Microsoft Patches High-Severity afd.sys Race Condition Allowing Local Privilege Escalation (CVE-2026-32073)
Microsoft has released a security update for CVE-2026-32073, a CVSS 7.8 race condition in the afd.sys driver that lets low-privileged attackers gain kernel-level code execution on Windows.
Microsoft has issued a security update to address CVE-2026-32073, a high-severity local privilege escalation vulnerability in the Windows afd.sys driver. The flaw, disclosed on April 15, 2026, by the Zero Day Initiative (ZDI-26-277), carries a CVSS score of 7.8 and allows an attacker with low-privileged code execution to escalate privileges to the kernel level, enabling arbitrary code execution.

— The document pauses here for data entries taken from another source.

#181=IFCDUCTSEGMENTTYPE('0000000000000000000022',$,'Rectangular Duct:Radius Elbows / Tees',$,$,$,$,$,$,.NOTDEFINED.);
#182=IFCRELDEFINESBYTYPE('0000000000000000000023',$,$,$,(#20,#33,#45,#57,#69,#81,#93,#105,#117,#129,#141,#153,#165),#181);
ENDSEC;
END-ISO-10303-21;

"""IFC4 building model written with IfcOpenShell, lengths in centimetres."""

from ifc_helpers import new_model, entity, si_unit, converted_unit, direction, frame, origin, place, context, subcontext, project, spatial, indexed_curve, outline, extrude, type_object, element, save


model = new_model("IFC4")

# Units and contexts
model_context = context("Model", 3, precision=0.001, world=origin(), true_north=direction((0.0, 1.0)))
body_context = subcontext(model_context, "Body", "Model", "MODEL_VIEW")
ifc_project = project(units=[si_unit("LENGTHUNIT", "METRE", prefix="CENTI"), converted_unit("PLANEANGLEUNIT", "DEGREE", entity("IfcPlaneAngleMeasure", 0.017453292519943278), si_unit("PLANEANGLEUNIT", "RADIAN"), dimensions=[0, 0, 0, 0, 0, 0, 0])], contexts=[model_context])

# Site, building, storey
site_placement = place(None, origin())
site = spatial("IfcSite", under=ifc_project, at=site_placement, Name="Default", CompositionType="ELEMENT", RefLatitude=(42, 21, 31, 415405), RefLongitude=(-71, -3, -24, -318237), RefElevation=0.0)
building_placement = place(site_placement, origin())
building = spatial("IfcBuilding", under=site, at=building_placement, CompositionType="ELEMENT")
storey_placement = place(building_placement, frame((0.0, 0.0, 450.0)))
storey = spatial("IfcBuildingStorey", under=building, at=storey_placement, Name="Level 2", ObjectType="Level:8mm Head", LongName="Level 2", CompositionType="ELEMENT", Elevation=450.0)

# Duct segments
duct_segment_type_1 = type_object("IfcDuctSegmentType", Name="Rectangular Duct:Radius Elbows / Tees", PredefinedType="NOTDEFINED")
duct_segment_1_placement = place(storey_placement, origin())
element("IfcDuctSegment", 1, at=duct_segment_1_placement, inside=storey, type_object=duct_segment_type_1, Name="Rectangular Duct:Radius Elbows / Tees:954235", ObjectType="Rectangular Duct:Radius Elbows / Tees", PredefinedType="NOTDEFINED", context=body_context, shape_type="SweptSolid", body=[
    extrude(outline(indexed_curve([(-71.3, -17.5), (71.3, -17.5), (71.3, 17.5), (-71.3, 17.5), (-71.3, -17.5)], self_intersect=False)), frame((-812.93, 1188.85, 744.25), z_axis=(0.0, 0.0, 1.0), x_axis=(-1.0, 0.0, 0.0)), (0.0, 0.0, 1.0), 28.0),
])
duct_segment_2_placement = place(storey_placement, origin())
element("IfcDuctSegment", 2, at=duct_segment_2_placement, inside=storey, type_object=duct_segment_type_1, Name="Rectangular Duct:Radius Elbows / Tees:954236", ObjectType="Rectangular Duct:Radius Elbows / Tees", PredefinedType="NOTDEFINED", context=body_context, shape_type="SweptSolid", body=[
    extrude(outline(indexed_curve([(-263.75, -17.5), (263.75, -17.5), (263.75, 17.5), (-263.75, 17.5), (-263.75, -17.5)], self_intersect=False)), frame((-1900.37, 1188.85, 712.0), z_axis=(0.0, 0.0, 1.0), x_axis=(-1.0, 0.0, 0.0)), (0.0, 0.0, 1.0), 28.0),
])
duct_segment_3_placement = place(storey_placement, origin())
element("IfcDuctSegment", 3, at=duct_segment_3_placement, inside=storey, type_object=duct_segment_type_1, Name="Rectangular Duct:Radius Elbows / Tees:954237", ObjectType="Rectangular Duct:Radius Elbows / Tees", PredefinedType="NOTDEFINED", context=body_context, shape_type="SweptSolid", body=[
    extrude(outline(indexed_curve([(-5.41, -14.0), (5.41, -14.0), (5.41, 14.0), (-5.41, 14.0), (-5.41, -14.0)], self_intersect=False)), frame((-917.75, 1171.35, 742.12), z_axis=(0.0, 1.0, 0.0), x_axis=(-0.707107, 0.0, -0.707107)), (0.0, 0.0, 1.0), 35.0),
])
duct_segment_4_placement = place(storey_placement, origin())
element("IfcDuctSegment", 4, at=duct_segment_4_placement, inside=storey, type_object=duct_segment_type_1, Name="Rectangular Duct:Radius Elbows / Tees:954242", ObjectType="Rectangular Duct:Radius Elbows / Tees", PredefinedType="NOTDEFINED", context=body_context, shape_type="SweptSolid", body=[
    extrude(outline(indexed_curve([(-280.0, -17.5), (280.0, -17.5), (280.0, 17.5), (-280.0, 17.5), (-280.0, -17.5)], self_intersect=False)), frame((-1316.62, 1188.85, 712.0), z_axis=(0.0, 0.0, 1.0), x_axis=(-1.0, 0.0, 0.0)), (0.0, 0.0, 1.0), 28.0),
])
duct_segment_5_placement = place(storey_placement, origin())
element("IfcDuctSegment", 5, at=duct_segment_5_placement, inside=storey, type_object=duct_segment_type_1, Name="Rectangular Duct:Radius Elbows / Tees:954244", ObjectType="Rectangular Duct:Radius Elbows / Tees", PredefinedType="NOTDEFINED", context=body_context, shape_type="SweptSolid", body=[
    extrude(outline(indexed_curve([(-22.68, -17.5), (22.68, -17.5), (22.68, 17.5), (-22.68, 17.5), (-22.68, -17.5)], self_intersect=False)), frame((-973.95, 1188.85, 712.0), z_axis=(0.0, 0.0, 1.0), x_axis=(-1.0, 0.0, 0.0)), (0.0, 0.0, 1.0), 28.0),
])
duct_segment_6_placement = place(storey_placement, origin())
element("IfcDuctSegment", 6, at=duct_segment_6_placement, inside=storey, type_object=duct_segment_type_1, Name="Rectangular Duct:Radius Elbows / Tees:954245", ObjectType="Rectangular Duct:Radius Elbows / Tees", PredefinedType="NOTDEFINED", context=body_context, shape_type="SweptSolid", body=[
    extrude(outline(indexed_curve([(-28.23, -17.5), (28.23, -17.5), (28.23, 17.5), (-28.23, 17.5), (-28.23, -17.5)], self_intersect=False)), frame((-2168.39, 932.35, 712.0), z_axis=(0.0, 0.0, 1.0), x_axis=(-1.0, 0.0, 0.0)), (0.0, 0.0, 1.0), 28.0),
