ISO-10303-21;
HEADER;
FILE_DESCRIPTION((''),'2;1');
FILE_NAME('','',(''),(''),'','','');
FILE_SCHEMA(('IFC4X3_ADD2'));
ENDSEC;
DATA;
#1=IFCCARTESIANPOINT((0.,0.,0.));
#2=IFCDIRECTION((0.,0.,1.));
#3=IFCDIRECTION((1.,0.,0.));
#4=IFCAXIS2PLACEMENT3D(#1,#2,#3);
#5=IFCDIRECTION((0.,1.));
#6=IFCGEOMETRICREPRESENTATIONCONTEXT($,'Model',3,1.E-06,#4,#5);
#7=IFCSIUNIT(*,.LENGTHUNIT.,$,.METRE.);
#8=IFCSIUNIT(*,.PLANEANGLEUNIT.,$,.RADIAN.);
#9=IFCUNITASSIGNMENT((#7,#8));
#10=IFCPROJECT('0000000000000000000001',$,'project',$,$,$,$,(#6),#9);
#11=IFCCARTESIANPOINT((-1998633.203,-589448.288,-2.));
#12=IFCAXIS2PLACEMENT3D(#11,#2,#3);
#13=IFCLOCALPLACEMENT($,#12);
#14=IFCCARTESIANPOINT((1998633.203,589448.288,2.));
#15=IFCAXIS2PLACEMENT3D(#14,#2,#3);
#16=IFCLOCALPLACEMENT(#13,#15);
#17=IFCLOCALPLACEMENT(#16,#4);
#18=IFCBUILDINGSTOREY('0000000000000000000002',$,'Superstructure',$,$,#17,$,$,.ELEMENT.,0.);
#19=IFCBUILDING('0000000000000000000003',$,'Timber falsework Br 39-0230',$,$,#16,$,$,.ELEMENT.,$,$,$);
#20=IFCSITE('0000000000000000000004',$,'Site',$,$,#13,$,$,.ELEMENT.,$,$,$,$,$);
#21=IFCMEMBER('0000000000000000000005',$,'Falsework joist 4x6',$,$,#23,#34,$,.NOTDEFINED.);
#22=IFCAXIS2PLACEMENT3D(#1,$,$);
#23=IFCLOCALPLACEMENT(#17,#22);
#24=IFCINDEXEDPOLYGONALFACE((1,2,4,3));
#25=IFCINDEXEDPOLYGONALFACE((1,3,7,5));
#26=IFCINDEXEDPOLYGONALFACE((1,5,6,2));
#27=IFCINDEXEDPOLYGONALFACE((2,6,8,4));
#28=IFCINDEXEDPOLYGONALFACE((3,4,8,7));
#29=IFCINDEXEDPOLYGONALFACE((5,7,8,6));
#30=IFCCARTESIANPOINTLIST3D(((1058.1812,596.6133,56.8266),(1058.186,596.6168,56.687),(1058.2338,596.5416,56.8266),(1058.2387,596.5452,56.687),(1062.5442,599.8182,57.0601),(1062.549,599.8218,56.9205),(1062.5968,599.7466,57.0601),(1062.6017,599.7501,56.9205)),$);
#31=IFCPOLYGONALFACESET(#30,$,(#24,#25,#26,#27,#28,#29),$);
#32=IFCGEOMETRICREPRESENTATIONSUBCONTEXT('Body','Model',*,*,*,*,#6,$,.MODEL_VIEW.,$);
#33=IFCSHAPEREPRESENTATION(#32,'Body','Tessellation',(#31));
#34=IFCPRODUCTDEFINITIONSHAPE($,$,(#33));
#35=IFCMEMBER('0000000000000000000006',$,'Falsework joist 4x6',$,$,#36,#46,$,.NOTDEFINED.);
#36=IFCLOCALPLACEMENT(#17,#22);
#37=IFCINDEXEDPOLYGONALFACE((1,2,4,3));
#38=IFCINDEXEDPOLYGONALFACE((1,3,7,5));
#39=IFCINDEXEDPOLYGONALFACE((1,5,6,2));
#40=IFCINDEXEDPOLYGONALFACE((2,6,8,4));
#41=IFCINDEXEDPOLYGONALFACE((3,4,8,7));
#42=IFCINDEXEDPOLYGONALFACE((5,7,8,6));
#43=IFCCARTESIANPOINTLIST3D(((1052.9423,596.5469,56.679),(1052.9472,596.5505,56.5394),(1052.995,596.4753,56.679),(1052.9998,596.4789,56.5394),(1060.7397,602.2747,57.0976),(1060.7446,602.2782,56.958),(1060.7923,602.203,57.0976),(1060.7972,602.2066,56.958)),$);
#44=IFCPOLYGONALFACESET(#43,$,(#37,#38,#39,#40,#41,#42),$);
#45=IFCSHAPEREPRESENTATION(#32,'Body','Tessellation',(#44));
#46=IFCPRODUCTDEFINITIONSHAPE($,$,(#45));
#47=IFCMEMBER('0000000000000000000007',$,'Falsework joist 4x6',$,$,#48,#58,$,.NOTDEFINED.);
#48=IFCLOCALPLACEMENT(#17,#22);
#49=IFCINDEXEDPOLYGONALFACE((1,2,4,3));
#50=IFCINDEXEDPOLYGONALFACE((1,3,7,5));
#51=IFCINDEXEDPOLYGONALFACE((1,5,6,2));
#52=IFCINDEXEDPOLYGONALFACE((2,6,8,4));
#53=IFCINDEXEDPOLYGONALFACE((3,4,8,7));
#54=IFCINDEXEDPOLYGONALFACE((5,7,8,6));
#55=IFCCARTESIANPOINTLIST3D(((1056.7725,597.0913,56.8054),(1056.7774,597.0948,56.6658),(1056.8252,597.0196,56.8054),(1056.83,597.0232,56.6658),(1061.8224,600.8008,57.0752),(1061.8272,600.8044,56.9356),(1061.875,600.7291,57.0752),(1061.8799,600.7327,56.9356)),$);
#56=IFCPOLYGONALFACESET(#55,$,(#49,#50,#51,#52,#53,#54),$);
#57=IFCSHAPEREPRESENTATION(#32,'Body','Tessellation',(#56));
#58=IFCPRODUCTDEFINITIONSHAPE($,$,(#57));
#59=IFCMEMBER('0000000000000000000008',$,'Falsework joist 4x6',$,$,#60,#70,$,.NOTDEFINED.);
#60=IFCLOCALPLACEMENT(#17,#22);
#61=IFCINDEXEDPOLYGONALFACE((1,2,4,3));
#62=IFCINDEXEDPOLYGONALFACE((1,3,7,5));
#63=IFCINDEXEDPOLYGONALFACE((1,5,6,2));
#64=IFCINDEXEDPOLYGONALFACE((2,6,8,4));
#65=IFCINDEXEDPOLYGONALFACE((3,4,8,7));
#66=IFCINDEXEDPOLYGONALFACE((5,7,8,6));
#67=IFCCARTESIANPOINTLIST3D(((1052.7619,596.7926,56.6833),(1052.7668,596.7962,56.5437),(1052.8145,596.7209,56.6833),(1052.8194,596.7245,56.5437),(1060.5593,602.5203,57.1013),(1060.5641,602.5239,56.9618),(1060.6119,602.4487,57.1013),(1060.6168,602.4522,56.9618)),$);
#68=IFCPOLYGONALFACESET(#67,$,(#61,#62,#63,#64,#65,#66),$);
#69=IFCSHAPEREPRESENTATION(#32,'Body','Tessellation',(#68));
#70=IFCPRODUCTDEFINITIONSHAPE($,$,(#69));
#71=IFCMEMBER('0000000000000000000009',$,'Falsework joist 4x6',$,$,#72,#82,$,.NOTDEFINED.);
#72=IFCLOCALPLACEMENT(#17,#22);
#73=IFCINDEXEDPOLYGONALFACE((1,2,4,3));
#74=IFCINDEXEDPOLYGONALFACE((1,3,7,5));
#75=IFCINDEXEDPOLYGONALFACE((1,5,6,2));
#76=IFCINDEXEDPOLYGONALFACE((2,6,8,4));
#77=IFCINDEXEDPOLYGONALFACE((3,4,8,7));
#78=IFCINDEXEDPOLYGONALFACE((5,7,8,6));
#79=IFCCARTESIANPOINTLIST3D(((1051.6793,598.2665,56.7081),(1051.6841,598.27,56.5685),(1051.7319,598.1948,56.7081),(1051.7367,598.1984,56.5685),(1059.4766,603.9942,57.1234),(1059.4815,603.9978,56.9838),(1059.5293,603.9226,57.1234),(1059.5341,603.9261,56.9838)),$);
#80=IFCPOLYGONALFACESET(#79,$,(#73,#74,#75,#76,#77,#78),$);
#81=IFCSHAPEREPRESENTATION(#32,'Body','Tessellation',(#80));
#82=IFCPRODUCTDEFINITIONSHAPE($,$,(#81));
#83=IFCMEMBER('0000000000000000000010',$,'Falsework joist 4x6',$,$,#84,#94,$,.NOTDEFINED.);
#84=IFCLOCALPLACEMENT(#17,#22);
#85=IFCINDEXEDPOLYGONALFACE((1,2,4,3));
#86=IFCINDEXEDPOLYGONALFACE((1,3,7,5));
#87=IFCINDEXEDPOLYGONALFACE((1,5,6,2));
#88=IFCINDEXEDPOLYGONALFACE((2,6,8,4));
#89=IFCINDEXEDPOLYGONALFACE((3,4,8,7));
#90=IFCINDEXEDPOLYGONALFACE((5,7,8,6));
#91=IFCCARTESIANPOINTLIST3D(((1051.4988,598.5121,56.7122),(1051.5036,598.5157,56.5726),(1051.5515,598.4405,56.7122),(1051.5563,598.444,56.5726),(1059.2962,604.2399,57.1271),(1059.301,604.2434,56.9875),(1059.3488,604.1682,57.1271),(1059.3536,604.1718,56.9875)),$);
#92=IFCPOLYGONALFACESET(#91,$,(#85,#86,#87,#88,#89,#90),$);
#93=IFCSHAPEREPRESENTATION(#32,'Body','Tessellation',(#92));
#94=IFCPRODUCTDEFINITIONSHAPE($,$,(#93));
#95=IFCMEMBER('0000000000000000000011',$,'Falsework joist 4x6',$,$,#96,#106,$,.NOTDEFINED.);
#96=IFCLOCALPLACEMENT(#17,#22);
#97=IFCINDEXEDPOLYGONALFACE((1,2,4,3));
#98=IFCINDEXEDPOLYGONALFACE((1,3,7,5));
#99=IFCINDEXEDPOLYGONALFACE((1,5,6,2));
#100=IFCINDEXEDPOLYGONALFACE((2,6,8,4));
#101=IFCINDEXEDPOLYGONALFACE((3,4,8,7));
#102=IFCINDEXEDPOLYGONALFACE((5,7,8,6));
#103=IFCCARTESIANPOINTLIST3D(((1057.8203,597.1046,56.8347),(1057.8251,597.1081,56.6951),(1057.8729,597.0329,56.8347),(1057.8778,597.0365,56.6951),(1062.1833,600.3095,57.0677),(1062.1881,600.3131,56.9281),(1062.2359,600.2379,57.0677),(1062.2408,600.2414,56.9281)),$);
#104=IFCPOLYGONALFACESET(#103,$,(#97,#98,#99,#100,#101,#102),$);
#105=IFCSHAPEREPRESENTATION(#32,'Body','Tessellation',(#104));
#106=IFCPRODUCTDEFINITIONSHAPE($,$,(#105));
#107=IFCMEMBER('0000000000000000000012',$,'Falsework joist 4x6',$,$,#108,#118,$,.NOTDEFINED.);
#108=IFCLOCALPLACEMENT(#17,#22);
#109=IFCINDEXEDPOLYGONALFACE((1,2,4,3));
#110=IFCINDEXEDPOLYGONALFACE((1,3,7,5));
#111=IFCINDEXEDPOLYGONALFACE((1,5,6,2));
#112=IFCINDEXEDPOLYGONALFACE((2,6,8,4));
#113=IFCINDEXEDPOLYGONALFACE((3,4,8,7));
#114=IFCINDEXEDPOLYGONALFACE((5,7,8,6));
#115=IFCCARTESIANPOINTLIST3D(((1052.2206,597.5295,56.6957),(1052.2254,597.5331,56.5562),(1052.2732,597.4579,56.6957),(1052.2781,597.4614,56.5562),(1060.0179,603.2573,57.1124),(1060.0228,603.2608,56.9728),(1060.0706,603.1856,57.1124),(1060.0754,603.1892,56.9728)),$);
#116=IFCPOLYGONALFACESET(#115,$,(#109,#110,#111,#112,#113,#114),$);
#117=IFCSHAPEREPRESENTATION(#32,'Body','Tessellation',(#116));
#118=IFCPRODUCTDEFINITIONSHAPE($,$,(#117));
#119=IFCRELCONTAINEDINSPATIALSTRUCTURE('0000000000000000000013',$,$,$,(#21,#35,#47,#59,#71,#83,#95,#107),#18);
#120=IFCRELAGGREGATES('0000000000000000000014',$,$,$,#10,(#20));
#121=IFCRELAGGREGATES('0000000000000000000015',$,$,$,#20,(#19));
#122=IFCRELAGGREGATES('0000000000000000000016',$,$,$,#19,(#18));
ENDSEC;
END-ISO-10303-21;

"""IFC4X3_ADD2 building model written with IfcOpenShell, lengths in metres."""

from ifc_helpers import new_model, si_unit, direction, frame, frame_2d, origin, origin_with_axes, place, context, subcontext, project, spatial, rectangle, extrude, element, save


model = new_model("IFC4X3_ADD2")

# Units and contexts
model_context = context("Model", 3, precision=1e-06, world=origin_with_axes(), true_north=direction((0.0, 1.0)))
body_context = subcontext(model_context, "Body", "Model", "MODEL_VIEW")
ifc_project = project(units=[si_unit("LENGTHUNIT", "METRE"), si_unit("PLANEANGLEUNIT", "RADIAN")], contexts=[model_context])

# Site, building, storey
site_placement = place(None, frame((-1998633.203, -589448.288, -2.0), z_axis=(0.0, 0.0, 1.0), x_axis=(1.0, 0.0, 0.0)))
site = spatial("IfcSite", under=ifc_project, at=site_placement, Name="Site", CompositionType="ELEMENT")
building_placement = place(site_placement, frame((1998633.203, 589448.288, 2.0), z_axis=(0.0, 0.0, 1.0), x_axis=(1.0, 0.0, 0.0)))
building = spatial("IfcBuilding", under=site, at=building_placement, Name="Timber falsework Br 39-0230", CompositionType="ELEMENT")
storey_placement = place(building_placement, origin_with_axes())
storey = spatial("IfcBuildingStorey", under=building, at=storey_placement, Name="Superstructure", CompositionType="ELEMENT", Elevation=0.0)

# Members
member_1_placement = place(storey_placement, frame((1058.2123, 596.581, 56.687), z_axis=(0.80518, 0.591463, 0.043092), x_axis=(-0.592013, 0.805928, 0.0)))
element("IfcMember", 1, at=member_1_placement, inside=storey, Name="Falsework joist 4x6", PredefinedType="NOTDEFINED", context=body_context, shape_type="SweptSolid", body=[
    extrude(rectangle(XDim=0.0889, YDim=0.1397, at=frame_2d((0.0, 0.0698))), origin(), (0.0, 0.0, 1.0), 5.4187),
])
member_2_placement = place(storey_placement, frame((1052.9735, 596.5147, 56.5394), z_axis=(0.805175, 0.59146, 0.043225), x_axis=(-0.592013, 0.805928, 0.0)))
element("IfcMember", 2, at=member_2_placement, inside=storey, Name="Falsework joist 4x6", PredefinedType="NOTDEFINED", context=body_context, shape_type="SweptSolid", body=[
    extrude(rectangle(XDim=0.0889, YDim=0.1397, at=frame_2d((0.0, 0.0698))), origin(), (0.0, 0.0, 1.0), 9.6841),
])
member_3_placement = place(storey_placement, frame((1056.8037, 597.059, 56.6658), z_axis=(0.805182, 0.591465, 0.043023), x_axis=(-0.592013, 0.805928, 0.0)))
element("IfcMember", 3, at=member_3_placement, inside=storey, Name="Falsework joist 4x6", PredefinedType="NOTDEFINED", context=body_context, shape_type="SweptSolid", body=[
    extrude(rectangle(XDim=0.0889, YDim=0.1397, at=frame_2d((0.0, 0.0698))), origin(), (0.0, 0.0, 1.0), 6.2717),
])
member_4_placement = place(storey_placement, frame((1052.7931, 596.7603, 56.5437), z_axis=(0.805177, 0.591461, 0.043166), x_axis=(-0.592013, 0.805928, 0.0)))
element("IfcMember", 4, at=member_4_placement, inside=storey, Name="Falsework joist 4x6", PredefinedType="NOTDEFINED", context=body_context, shape_type="SweptSolid", body=[
    extrude(rectangle(XDim=0.0889, YDim=0.1397, at=frame_2d((0.0, 0.0698))), origin(), (0.0, 0.0, 1.0), 9.684),
])
member_5_placement = place(storey_placement, frame((1051.7104, 598.2342, 56.5685), z_axis=(0.805187, 0.591469, 0.042885), x_axis=(-0.592013, 0.805928, 0.0)))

The vulnerability stems from a race condition caused by improper locking when the afd.sys driver performs operations on an object. The afd.sys driver is a core component of the Windows networking stack, responsible for handling Winsock Kernel (WSK) operations. The race condition can be triggered locally, meaning an attacker must first gain the ability to execute low-privileged code on the target system—for example, through a separate vulnerability or by having a user account on the machine.
Successful exploitation grants the attacker SYSTEM-level privileges, effectively giving them full control over the affected Windows system. With kernel access, an attacker can disable security software, install persistent backdoors, steal sensitive data, or pivot to other systems on the network. The vulnerability affects all supported versions of Windows, though Microsoft has not specified which builds are impacted.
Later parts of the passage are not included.